◆ EXERCISE ◆
Scan the material that follows. Copy every line containing the word "IFCLINEINDEX".

***

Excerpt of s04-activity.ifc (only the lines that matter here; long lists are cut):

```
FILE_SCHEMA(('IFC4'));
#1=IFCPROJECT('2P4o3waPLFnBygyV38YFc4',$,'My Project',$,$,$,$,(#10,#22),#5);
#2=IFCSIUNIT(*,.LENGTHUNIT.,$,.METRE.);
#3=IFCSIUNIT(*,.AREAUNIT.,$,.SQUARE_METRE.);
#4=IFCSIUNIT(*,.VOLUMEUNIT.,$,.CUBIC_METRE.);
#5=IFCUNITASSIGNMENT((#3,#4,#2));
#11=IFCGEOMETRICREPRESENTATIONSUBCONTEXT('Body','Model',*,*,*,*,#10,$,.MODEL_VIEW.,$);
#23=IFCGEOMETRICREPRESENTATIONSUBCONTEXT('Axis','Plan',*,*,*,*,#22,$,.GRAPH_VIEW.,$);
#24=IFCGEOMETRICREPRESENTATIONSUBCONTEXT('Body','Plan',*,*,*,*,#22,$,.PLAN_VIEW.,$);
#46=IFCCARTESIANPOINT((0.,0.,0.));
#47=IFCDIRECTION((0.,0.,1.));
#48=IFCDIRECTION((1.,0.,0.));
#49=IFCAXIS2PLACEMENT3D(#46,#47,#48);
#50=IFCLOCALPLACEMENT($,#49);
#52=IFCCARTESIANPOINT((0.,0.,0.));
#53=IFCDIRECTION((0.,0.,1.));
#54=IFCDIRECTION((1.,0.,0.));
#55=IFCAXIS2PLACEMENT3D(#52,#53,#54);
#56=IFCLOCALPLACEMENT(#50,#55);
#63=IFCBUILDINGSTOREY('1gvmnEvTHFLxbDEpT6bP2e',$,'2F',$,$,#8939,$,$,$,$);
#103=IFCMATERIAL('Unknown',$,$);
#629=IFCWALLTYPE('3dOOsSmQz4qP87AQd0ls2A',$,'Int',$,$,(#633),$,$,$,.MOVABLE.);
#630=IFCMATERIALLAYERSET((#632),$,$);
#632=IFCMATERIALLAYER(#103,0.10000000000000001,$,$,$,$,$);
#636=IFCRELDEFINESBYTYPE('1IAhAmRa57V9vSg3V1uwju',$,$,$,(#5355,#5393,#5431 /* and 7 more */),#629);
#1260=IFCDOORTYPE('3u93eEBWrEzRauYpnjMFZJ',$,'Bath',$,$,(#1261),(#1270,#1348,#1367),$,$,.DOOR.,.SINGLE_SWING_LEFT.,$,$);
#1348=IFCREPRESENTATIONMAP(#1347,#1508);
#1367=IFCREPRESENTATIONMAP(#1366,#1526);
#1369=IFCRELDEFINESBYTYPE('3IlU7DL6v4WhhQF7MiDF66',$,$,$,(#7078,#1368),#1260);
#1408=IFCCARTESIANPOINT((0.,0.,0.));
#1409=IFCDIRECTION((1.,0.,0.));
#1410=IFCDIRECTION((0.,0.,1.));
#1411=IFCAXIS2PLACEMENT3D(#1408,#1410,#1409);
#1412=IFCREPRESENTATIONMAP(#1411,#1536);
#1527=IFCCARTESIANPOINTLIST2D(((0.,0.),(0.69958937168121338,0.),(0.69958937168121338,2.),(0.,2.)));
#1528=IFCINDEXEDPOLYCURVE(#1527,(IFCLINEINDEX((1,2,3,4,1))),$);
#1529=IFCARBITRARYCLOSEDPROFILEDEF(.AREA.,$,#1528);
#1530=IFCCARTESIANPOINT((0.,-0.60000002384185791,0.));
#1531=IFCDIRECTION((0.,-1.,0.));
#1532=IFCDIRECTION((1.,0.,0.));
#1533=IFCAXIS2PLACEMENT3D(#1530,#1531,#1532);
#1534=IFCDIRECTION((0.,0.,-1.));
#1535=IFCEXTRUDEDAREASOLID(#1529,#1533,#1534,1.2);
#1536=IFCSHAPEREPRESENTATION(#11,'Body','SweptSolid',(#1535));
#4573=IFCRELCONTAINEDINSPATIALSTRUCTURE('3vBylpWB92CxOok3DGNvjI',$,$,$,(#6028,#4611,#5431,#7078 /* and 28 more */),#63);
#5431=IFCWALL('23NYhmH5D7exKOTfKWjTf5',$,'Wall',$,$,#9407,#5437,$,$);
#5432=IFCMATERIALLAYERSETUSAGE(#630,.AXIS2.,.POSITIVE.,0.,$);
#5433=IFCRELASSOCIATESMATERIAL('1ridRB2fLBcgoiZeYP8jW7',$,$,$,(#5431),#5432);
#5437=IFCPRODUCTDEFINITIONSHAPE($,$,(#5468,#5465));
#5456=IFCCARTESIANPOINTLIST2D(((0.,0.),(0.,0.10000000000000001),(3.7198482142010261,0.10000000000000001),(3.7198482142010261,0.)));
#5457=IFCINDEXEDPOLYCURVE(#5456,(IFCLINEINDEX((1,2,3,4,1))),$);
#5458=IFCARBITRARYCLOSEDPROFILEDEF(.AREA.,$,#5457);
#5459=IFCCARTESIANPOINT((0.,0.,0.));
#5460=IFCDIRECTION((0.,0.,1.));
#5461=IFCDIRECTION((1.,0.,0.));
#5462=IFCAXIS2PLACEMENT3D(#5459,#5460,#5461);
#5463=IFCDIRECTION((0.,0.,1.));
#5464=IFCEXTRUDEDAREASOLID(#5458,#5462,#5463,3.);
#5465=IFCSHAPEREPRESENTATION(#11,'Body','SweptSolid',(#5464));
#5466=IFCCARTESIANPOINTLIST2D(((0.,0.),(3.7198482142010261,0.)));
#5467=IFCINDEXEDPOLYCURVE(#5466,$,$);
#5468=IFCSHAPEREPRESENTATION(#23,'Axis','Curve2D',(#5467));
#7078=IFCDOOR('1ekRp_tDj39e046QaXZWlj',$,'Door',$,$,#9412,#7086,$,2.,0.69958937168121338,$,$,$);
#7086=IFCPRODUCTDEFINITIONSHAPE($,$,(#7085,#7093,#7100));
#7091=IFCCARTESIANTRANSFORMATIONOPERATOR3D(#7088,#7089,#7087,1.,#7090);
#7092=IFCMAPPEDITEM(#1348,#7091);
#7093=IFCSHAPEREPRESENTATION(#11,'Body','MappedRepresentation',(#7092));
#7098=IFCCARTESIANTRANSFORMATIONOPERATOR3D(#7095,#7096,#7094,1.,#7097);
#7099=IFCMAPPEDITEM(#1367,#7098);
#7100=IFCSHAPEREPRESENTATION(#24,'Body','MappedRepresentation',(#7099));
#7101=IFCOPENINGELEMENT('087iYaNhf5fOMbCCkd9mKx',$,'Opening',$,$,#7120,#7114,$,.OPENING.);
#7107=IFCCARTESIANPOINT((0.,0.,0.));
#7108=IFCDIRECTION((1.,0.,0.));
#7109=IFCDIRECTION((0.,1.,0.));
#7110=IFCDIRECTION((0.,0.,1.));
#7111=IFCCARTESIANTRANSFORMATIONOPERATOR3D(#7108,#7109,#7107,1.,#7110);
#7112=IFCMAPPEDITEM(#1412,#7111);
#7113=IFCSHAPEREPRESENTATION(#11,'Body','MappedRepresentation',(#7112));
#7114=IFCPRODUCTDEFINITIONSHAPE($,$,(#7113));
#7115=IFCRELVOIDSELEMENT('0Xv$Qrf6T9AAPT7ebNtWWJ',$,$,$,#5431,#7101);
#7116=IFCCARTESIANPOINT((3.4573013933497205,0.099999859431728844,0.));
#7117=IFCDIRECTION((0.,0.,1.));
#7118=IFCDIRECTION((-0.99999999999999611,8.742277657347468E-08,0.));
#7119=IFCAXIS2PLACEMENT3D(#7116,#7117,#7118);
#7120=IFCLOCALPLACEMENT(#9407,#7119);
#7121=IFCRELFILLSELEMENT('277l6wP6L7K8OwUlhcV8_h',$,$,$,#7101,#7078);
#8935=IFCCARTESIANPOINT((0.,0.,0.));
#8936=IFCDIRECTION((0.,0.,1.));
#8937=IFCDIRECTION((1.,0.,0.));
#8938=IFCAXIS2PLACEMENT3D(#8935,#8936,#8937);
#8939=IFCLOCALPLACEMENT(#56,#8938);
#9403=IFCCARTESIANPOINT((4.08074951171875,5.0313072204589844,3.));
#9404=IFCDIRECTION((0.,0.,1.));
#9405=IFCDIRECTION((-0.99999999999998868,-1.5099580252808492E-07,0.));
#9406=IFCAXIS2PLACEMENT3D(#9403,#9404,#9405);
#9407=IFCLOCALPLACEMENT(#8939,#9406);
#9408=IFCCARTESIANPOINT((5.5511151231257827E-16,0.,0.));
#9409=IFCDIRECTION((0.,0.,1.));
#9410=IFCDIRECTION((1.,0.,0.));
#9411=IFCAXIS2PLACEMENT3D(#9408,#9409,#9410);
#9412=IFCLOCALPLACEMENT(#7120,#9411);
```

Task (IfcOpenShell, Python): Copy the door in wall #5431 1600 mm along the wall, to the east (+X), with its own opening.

```python
import ifcopenshell
import ifcopenshell.api.feature
import ifcopenshell.api.geometry
import ifcopenshell.api.root
import ifcopenshell.geom
import ifcopenshell.util.element
import ifcopenshell.util.placement
import ifcopenshell.util.shape
import ifcopenshell.util.unit

model = ifcopenshell.open("s04-activity.ifc")
unit_scale = ifcopenshell.util.unit.calculate_unit_scale(model)
settings = ifcopenshell.geom.settings()


def volume(element):
    """Net volume in cubic metres, openings subtracted."""
    shape = ifcopenshell.geom.create_shape(settings, element)
    return ifcopenshell.util.shape.get_volume(shape.geometry)


door = model.by_id(7078)
opening = door.FillsVoids[0].RelatingOpeningElement
wall = opening.VoidsElements[0].RelatingBuildingElement
before = volume(wall)
shift = ifcopenshell.util.placement.get_local_placement(wall.ObjectPlacement)[:3, 0] * -1.6 / unit_scale

# copy_class copies the void relationship, type, container and properties, but no geometry.
new_opening = ifcopenshell.api.root.copy_class(model, product=opening)
new_opening.Representation = ifcopenshell.util.element.copy_deep(
    model, opening.Representation, exclude=["IfcGeometricRepresentationContext", "IfcRepresentationMap"]
)
new_door = ifcopenshell.api.root.copy_class(model, product=door)
new_door.Representation = ifcopenshell.util.element.copy_deep(
    model, door.Representation, exclude=["IfcGeometricRepresentationContext", "IfcRepresentationMap"]
)
ifcopenshell.api.feature.add_filling(model, opening=new_opening, element=new_door)

for old, new in ((opening, new_opening), (door, new_door)):
    matrix = ifcopenshell.util.placement.get_local_placement(old.ObjectPlacement)
    matrix[:3, 3] += shift
    ifcopenshell.api.geometry.edit_object_placement(model, product=new, matrix=matrix, is_si=False)

after = volume(wall)

print(f"wall volume {before:.3f} -> {after:.3f} m3")

model.write("s04-activity-out.ifc")
```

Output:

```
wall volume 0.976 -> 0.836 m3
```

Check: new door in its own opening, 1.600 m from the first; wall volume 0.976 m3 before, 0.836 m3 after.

***

◆ OUTPUT OF THE EXERCISE ◆
#1528=IFCINDEXEDPOLYCURVE(#1527,(IFCLINEINDEX((1,2,3,4,1))),$);
#5457=IFCINDEXEDPOLYCURVE(#5456,(IFCLINEINDEX((1,2,3,4,1))),$);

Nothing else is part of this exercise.